#### WORK TO COMPLETE:
What lines of the material below hold the string "FOOT"? Copy them out.

--- --- ---

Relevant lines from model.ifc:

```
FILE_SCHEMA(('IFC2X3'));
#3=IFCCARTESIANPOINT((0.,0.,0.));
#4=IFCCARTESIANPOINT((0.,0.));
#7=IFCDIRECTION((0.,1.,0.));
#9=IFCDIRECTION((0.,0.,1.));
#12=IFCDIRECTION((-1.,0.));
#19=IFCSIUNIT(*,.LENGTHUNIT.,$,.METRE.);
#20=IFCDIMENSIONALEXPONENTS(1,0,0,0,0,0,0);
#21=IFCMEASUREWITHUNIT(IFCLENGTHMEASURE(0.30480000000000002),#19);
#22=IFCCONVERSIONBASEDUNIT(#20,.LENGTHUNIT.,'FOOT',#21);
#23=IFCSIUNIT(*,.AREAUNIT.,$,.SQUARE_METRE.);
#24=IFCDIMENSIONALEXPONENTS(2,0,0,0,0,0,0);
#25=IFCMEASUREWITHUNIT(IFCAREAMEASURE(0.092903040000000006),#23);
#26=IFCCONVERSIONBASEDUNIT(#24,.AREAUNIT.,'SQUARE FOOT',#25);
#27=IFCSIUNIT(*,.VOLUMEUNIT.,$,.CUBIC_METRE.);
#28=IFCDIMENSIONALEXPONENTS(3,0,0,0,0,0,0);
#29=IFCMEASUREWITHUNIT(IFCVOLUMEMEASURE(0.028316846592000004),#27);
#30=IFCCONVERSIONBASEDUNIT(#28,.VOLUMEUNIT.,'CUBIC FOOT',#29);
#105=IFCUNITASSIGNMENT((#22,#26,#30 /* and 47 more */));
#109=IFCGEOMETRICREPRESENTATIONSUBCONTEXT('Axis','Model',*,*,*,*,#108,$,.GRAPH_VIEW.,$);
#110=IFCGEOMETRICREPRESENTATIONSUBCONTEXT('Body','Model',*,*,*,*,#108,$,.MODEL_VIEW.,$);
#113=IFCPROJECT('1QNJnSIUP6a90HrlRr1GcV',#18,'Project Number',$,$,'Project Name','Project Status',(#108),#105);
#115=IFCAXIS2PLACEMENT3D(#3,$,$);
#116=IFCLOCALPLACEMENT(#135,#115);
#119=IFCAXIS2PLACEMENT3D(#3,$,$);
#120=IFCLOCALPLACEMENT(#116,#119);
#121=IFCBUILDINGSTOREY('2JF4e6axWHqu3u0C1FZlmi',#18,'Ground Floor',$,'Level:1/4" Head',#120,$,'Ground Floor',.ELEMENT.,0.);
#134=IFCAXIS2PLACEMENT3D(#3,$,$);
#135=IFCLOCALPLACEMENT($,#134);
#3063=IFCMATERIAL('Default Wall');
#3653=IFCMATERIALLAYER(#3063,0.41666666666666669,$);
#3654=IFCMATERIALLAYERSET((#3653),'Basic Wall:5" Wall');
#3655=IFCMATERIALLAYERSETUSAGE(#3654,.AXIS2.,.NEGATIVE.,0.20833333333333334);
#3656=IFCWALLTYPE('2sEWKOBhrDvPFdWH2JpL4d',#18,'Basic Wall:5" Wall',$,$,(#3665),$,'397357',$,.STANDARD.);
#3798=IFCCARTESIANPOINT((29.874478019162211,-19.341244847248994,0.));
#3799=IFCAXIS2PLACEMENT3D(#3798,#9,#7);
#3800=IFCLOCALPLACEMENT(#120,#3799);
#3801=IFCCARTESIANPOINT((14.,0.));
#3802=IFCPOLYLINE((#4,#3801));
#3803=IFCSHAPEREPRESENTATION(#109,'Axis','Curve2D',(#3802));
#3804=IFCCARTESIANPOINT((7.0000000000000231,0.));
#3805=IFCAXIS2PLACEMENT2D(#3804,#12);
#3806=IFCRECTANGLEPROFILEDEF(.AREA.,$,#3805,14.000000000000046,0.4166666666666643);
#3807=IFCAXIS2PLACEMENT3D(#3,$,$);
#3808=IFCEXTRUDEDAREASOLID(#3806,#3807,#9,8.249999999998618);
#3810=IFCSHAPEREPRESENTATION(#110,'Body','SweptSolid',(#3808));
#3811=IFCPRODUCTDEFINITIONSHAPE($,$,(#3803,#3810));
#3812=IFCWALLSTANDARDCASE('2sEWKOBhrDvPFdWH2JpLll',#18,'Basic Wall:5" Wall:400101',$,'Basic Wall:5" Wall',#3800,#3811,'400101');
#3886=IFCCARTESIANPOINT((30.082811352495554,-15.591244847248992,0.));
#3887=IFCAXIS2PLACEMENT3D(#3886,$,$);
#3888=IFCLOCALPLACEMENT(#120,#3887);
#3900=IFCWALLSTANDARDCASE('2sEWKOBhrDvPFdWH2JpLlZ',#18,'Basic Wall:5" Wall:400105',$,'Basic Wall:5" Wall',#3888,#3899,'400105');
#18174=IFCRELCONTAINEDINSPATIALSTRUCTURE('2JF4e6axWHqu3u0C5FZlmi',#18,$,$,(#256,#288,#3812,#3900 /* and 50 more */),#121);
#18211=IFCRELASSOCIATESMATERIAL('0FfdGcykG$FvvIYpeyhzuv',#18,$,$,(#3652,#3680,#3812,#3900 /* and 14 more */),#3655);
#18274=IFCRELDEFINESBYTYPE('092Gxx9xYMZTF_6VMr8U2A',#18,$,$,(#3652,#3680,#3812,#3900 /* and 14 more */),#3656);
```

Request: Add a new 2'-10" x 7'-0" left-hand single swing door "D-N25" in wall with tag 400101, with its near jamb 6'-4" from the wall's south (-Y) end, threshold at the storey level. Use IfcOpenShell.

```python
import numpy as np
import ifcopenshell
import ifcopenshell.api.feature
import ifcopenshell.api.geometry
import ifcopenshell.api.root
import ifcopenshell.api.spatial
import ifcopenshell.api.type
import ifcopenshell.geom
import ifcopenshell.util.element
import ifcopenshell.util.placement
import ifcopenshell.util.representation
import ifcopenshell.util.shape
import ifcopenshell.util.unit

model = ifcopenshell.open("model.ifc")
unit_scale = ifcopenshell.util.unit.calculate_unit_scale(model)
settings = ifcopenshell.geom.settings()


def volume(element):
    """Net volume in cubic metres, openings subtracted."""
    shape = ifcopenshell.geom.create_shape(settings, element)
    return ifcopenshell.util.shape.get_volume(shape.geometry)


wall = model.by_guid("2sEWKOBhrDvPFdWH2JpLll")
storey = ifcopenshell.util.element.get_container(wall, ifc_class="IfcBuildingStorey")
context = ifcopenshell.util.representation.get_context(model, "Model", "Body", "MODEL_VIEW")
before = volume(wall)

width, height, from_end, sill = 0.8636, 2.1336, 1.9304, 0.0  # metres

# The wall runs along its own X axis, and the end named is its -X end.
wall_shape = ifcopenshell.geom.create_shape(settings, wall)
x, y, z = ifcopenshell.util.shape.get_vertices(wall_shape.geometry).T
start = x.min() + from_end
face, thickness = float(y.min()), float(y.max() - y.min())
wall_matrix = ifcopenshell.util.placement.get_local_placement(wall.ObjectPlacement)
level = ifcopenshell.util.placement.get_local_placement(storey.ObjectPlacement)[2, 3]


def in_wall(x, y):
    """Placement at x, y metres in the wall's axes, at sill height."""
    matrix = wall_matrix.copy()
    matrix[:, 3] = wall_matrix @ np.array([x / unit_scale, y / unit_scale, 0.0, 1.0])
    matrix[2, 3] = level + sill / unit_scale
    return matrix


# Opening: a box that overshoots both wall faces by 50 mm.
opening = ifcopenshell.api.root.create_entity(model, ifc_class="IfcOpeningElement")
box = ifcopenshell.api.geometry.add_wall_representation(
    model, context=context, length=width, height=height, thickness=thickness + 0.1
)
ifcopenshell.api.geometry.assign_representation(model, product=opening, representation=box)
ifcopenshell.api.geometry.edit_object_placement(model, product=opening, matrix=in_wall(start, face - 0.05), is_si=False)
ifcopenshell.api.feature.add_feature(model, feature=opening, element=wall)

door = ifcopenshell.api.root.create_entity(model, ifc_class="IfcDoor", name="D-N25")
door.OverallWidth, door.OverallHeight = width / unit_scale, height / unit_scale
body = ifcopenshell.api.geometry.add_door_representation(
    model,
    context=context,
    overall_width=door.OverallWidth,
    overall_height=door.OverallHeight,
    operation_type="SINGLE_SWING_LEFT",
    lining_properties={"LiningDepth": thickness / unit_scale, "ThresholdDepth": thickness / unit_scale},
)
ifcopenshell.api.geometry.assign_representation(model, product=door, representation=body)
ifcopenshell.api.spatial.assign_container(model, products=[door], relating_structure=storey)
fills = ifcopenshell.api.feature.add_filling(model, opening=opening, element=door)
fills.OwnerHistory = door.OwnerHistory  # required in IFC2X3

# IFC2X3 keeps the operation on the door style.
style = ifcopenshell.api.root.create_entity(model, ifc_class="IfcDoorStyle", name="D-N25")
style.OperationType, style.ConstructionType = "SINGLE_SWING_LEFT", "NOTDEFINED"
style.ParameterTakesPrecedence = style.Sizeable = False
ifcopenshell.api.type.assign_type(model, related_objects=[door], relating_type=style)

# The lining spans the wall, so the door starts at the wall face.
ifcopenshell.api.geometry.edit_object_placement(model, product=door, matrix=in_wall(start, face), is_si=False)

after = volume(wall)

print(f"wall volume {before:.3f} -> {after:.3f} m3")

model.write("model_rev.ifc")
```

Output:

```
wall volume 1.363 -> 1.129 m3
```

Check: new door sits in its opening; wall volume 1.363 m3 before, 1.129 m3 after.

--- --- ---

#### REPLY TO THE TASK:
#22=IFCCONVERSIONBASEDUNIT(#20,.LENGTHUNIT.,'FOOT',#21);
#26=IFCCONVERSIONBASEDUNIT(#24,.AREAUNIT.,'SQUARE FOOT',#25);
#30=IFCCONVERSIONBASEDUNIT(#28,.VOLUMEUNIT.,'CUBIC FOOT',#29);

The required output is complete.